Rumors have circulated for decades, but the business of outing long-dead celebrities can be complicated and even harmful.
Apparently, the new rule with biographers is to re-create the kind of closet celebrities stayed in during the era when there were all kinds of professional and personal penalties for daring to come out (an exception is the new Rock Hudson bio ALL THAT HEAVEN ALLOWS by Mark Griffin).
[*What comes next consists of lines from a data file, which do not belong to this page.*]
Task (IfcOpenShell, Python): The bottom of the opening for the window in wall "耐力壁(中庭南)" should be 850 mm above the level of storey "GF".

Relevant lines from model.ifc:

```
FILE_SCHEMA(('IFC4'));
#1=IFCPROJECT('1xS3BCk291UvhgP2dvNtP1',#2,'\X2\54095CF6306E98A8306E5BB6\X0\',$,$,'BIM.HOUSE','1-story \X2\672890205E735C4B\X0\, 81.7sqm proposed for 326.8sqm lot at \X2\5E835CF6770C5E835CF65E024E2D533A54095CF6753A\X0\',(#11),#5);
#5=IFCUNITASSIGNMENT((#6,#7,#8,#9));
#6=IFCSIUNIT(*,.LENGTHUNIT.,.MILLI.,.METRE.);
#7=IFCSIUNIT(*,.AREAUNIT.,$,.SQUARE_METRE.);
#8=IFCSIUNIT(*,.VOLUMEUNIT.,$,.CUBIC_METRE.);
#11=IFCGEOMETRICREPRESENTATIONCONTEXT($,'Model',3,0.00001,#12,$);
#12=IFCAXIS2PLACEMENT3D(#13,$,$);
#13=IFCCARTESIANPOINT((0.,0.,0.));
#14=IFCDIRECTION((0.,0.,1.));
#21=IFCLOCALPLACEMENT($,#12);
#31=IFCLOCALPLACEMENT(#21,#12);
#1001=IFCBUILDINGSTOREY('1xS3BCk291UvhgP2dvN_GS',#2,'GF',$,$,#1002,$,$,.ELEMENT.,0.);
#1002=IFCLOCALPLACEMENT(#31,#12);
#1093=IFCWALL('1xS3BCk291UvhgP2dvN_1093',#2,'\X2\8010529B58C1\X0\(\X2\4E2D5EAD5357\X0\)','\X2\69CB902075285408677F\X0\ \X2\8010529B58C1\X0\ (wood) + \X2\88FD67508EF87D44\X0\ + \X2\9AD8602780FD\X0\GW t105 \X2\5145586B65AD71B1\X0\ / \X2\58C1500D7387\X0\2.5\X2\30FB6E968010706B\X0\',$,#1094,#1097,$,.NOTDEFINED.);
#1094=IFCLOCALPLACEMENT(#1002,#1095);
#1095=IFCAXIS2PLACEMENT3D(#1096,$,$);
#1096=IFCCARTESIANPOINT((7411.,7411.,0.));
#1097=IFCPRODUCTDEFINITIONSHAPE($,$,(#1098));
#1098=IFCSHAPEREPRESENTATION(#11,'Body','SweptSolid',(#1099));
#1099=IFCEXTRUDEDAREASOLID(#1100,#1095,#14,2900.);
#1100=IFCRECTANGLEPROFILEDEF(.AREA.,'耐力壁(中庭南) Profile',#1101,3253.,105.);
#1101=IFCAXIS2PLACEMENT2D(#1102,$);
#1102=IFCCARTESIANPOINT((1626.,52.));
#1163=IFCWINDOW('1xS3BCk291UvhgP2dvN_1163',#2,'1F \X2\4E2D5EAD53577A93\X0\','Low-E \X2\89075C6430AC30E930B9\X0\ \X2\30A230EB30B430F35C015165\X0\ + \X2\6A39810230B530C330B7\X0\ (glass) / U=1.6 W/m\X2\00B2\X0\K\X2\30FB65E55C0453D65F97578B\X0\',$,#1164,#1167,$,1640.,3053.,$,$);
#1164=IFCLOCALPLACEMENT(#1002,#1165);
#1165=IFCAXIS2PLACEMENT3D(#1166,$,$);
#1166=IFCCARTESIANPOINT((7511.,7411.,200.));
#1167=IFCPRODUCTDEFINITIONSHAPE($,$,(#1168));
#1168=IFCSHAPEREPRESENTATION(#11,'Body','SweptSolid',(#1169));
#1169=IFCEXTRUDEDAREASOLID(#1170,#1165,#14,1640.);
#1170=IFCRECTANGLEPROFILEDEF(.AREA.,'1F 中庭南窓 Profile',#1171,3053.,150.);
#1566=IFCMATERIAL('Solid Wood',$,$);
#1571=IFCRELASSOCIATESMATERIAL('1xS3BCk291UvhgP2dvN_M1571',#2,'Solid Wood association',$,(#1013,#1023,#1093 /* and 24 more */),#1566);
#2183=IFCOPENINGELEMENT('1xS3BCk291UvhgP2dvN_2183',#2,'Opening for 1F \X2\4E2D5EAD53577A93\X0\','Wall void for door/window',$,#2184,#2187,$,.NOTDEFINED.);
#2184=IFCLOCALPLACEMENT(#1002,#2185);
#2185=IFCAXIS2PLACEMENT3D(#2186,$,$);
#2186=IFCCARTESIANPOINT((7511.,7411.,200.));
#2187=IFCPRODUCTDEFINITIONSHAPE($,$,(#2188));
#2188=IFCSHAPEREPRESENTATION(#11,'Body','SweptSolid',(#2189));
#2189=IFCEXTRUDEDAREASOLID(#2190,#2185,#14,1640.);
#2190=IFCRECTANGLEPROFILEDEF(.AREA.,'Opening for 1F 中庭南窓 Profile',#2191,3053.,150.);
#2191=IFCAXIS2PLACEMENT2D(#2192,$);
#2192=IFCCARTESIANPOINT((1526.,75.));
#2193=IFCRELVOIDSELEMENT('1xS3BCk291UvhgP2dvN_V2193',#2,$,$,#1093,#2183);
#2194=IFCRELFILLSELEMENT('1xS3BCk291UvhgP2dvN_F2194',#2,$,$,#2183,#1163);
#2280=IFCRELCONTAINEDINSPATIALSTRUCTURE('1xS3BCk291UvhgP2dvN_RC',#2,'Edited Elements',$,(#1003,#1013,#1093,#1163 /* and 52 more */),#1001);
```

```python
import numpy as np
import ifcopenshell
import ifcopenshell.api.geometry
import ifcopenshell.geom
import ifcopenshell.util.element
import ifcopenshell.util.placement
import ifcopenshell.util.shape
import ifcopenshell.util.unit

model = ifcopenshell.open("model.ifc")
unit_scale = ifcopenshell.util.unit.calculate_unit_scale(model)

window = model.by_guid("1xS3BCk291UvhgP2dvN_1163")
opening = window.FillsVoids[0].RelatingOpeningElement
storey = ifcopenshell.util.element.get_container(window, ifc_class="IfcBuildingStorey")
level = ifcopenshell.util.placement.get_local_placement(storey.ObjectPlacement)[2, 3]

# The opening's origin need not be at the sill, so measure its lowest point.
shape = ifcopenshell.geom.create_shape(ifcopenshell.geom.settings(), opening)
bottom = ifcopenshell.util.shape.get_shape_bottom_elevation(shape, shape.geometry) / unit_scale
dz = level + 850.0 - bottom

shift = np.array([0.0, 0.0, dz])
# The window is not placed relative to its opening, so move both.
for product in (opening, window):
    matrix = ifcopenshell.util.placement.get_local_placement(product.ObjectPlacement)
    matrix[:3, 3] += shift
    ifcopenshell.api.geometry.edit_object_placement(model, product=product, matrix=matrix, is_si=False)

print(f"moved by {dz * unit_scale:+.3f} m")

model.write("model_v2.ifc")
```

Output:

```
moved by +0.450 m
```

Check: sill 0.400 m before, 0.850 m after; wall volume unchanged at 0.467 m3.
Oft-rumored bi-or-gay actors such as Barbara Stanwyck and Spencer Tracy are now written about as thoroughly heterosexual (with Tracy’s latest biographer, James Curtis, doing a long, loud denunciation of gay rumors in the acknowledgements section of allegedly intimate book SPENCER TRACY).
As a corollary to this form of apparent straight-washing, biographers make a public show of sticking out their literary tongues at authors who, for better or worse, write extensively on the subject of deceased closeted actors (prominent among them are Boze Hadleigh, Darwin Porter and Scotty Bowers).
In closing, the podcaster/author balks at too much discussion of “long-dead celebrities” in the midst of doing a series arc debunking the mostly-untrue salacious myths of Kenneth Anger’s first HOLLYWOOD BABYLON volume. And this person is, at the same time, promoting a book which keeps the apparently “complicated” sexual life of its subject quite hetero-simple.
It may be one thing if surviving descendants of a celebrity wish to keep certain private incidents eternally hidden from public/media scrutiny. But it’s quite another for authors to produce inaccurate/accurate within limits (but commercially appealing) history which treats readers as if they’re uniformly infantile bluenoses who want books to be as adoring and stress-free as promotional shorts for TCM.